> [Exercise goal]:
Look below for the line that has "#213=IFCRELAGGREGATES('0000000000000000000008',$,$,$,#24,(#19));". Set down the lines from there through the line that has "END-ISO-10303-21;", exactly as written.

---- Dataset records

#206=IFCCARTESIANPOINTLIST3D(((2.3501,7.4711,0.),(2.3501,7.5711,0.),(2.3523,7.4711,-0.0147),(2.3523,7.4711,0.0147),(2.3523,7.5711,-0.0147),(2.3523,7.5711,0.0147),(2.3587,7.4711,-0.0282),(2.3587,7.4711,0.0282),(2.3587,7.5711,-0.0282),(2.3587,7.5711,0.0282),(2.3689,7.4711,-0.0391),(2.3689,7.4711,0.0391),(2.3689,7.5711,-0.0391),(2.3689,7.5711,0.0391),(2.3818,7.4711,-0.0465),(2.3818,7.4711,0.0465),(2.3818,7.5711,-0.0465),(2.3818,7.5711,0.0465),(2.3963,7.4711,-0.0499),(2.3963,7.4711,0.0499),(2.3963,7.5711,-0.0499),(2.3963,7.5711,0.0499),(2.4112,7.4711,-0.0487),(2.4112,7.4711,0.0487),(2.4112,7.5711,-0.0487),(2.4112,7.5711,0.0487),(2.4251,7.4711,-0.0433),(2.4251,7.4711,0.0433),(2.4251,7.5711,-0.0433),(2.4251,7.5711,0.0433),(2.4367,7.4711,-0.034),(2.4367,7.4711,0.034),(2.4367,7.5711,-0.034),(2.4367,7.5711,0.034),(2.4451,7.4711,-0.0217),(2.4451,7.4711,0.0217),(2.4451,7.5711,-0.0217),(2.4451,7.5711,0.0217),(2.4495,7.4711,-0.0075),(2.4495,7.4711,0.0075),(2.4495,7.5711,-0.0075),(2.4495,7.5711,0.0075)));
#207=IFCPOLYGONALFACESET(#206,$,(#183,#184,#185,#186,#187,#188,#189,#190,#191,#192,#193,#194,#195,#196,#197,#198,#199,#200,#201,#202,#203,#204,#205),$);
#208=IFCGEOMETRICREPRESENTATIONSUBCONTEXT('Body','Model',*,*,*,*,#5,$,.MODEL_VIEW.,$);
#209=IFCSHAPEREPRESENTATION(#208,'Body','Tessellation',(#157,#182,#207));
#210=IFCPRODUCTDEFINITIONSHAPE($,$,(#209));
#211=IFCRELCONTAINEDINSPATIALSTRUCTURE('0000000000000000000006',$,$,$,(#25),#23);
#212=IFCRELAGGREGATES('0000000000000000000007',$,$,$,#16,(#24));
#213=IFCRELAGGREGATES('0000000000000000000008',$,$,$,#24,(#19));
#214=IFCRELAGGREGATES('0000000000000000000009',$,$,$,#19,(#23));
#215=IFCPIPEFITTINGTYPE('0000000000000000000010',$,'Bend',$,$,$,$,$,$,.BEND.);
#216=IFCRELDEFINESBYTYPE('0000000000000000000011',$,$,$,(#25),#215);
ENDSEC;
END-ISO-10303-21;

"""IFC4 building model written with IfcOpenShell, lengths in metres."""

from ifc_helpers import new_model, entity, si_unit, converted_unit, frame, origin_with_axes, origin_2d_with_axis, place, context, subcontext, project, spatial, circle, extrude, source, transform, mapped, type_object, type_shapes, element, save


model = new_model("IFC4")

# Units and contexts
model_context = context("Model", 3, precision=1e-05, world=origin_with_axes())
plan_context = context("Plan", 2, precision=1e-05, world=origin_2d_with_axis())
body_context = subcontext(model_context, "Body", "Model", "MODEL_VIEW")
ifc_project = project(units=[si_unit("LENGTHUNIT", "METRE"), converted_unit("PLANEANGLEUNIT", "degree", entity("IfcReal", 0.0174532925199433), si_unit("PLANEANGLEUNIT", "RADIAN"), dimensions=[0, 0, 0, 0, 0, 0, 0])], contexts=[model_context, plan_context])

--------

> [Output for this exercise]:
#213=IFCRELAGGREGATES('0000000000000000000008',$,$,$,#24,(#19));
#214=IFCRELAGGREGATES('0000000000000000000009',$,$,$,#19,(#23));
#215=IFCPIPEFITTINGTYPE('0000000000000000000010',$,'Bend',$,$,$,$,$,$,.BEND.);
#216=IFCRELDEFINESBYTYPE('0000000000000000000011',$,$,$,(#25),#215);
ENDSEC;
END-ISO-10303-21;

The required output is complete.